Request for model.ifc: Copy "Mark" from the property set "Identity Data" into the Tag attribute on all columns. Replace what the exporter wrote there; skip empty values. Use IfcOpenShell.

First a look at what the model holds.

```python
import ifcopenshell
import ifcopenshell.util.element

model = ifcopenshell.open("model.ifc")
print(model.schema)
columns = model.by_type("IfcColumn")
print(len(columns), "columns")
for e in columns[:8]:
    source = ifcopenshell.util.element.get_pset(e, "Identity Data", "Mark")
    target = e.Tag
    print(e.id(), repr(source), repr(target), sep=" | ")
```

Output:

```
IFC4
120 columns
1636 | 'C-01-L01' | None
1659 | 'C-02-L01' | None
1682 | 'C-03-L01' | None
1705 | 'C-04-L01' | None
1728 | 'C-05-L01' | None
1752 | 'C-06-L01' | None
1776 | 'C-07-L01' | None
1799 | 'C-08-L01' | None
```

```python
import ifcopenshell
import ifcopenshell.util.element

model = ifcopenshell.open("model.ifc")

count = 0
for e in model.by_type("IfcColumn"):
    value = ifcopenshell.util.element.get_pset(e, "Identity Data", "Mark")
    current = e.Tag
    if not value or not value.strip() or current == value:
        continue
    e.Tag = value
    count += 1

print(count, "columns updated")

model.write("model_v2.ifc")
```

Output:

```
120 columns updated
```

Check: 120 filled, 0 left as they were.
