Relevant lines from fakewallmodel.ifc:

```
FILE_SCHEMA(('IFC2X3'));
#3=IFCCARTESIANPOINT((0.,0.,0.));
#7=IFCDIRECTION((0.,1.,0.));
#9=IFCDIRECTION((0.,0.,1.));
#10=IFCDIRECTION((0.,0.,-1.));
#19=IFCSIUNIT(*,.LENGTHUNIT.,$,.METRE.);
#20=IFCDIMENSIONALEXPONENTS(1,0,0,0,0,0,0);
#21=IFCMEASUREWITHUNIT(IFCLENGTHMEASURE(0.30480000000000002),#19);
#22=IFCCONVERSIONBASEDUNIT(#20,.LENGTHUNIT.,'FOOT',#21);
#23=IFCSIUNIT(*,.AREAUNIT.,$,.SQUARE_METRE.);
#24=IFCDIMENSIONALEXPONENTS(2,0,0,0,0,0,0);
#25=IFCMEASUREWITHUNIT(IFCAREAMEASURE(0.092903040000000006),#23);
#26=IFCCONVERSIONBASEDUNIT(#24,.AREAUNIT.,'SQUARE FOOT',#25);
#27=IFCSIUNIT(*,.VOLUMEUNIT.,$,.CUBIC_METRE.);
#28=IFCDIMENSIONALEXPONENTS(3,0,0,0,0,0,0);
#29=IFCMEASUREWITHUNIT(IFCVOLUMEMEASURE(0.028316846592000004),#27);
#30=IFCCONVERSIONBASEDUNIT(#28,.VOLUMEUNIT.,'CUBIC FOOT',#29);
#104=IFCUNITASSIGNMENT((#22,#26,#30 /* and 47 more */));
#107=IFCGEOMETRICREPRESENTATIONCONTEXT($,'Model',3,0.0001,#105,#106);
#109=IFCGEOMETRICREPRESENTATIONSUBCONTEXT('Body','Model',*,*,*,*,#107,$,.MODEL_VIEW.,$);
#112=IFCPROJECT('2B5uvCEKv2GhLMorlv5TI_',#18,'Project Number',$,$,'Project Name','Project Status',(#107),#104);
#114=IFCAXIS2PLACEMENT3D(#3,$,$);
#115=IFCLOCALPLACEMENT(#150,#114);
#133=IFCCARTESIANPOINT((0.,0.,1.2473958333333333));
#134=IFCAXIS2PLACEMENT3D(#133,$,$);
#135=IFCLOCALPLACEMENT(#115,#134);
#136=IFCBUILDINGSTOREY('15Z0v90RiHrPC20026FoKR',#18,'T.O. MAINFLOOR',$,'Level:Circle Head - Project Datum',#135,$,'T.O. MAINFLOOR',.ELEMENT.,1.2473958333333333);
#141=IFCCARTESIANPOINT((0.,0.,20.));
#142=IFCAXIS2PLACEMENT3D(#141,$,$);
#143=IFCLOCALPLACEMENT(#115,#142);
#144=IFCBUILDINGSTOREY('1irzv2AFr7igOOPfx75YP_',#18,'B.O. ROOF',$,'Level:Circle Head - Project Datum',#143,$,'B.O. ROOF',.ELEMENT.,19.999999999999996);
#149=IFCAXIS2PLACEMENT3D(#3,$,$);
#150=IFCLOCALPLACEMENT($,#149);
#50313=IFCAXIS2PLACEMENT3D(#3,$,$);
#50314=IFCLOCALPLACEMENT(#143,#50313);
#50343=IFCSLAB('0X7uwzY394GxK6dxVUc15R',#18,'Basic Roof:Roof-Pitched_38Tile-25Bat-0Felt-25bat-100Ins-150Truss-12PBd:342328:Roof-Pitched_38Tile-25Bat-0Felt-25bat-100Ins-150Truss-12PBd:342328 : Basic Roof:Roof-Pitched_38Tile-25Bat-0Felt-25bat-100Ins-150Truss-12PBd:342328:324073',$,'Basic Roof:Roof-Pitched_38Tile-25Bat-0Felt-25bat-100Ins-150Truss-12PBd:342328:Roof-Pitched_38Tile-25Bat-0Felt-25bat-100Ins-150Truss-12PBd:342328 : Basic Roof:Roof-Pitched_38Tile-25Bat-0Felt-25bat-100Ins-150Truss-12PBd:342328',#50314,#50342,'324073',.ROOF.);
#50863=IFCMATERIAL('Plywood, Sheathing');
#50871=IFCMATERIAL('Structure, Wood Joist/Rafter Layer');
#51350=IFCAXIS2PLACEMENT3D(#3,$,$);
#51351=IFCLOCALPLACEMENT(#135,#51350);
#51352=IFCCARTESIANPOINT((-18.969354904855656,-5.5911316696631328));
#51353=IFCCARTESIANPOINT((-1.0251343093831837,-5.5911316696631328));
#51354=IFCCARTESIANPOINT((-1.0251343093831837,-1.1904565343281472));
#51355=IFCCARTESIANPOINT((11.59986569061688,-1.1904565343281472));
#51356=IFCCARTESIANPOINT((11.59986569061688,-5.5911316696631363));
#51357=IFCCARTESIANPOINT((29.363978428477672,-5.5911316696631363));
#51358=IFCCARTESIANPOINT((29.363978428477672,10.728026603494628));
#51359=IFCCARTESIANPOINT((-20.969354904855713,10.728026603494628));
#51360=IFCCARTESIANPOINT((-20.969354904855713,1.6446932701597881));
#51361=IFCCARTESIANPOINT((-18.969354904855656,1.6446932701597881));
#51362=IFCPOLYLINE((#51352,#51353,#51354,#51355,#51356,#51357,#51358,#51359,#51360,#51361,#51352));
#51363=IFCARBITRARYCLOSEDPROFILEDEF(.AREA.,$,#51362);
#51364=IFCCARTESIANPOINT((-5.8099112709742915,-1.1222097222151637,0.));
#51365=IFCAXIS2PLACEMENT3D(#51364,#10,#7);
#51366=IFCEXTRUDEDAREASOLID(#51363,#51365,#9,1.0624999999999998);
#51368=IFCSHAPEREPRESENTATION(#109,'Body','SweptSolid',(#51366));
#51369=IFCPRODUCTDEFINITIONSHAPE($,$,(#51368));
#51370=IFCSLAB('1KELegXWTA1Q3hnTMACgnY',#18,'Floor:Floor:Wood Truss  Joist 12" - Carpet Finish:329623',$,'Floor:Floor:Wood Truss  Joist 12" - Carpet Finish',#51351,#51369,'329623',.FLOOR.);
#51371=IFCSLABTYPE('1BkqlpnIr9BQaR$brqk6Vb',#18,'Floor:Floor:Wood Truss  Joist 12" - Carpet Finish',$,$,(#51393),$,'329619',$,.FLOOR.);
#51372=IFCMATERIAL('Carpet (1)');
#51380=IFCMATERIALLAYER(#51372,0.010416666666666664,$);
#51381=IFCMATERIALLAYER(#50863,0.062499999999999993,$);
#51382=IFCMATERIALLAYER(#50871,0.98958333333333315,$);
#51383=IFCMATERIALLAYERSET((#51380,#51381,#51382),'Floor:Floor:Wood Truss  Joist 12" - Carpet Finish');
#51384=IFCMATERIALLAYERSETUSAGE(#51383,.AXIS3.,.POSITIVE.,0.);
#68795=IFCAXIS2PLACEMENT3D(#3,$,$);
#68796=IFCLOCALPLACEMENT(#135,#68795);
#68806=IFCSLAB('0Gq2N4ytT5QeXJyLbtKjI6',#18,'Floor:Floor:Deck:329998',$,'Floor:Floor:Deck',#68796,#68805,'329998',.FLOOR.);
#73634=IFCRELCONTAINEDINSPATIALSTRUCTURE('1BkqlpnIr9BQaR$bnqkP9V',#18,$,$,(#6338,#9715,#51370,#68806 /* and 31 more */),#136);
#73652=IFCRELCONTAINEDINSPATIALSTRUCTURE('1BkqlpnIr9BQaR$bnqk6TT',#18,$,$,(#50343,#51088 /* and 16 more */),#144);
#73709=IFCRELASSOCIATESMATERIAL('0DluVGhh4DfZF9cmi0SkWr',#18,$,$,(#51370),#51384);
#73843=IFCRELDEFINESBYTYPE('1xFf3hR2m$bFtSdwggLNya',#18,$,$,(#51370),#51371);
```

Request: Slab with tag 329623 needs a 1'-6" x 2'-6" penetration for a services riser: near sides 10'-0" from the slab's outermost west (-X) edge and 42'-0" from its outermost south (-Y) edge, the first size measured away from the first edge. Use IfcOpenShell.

```python
import numpy as np
import ifcopenshell
import ifcopenshell.api.feature
import ifcopenshell.api.geometry
import ifcopenshell.api.root
import ifcopenshell.geom
import ifcopenshell.util.placement
import ifcopenshell.util.representation
import ifcopenshell.util.shape
import ifcopenshell.util.unit

model = ifcopenshell.open("fakewallmodel.ifc")
unit_scale = ifcopenshell.util.unit.calculate_unit_scale(model)
settings = ifcopenshell.geom.settings()


def volume(element):
    """Net volume in cubic metres, openings subtracted."""
    shape = ifcopenshell.geom.create_shape(settings, element)
    return ifcopenshell.util.shape.get_volume(shape.geometry)


slab = model.by_id(51370)
before = volume(slab)

# Extent in the slab's own axes, in metres. The edges named are its -X and -Y sides.
slab_shape = ifcopenshell.geom.create_shape(settings, slab)
vertices = ifcopenshell.util.shape.get_vertices(slab_shape.geometry)
x_min, y_min, bottom = vertices.min(axis=0)
top = vertices[:, 2].max()

opening = ifcopenshell.api.root.create_entity(model, ifc_class="IfcOpeningElement", name="Services riser opening")
context = ifcopenshell.util.representation.get_context(model, "Model", "Body", "MODEL_VIEW")
width, depth = 0.4572, 0.762
outline = [(0.0, 0.0), (width, 0.0), (width, depth), (0.0, depth), (0.0, 0.0)]
# Overshoot both faces by 50 mm so the cut is clean.
shape = ifcopenshell.api.geometry.add_slab_representation(
    model, context=context, depth=top - bottom + 0.1, polyline=outline
)
ifcopenshell.api.geometry.assign_representation(model, product=opening, representation=shape)

matrix = ifcopenshell.util.placement.get_local_placement(slab.ObjectPlacement)
matrix[:, 3] = matrix @ np.append(np.array([x_min + 3.048, y_min + 12.8016, bottom - 0.05]) / unit_scale, 1.0)
ifcopenshell.api.geometry.edit_object_placement(model, product=opening, matrix=matrix, is_si=False)
ifcopenshell.api.feature.add_feature(model, feature=opening, element=slab)

after = volume(slab)

print(f"slab volume {before:.3f} -> {after:.3f} m3")

model.write("fakewallmodel_rev.ifc")
```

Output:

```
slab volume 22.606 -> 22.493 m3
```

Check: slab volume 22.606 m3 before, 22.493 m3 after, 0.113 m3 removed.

---------------

#### What you are asked to do:
Line count for "AREAUNIT": count the lines of the records above that contain it and give only the number.

#### Output of the exercise:
2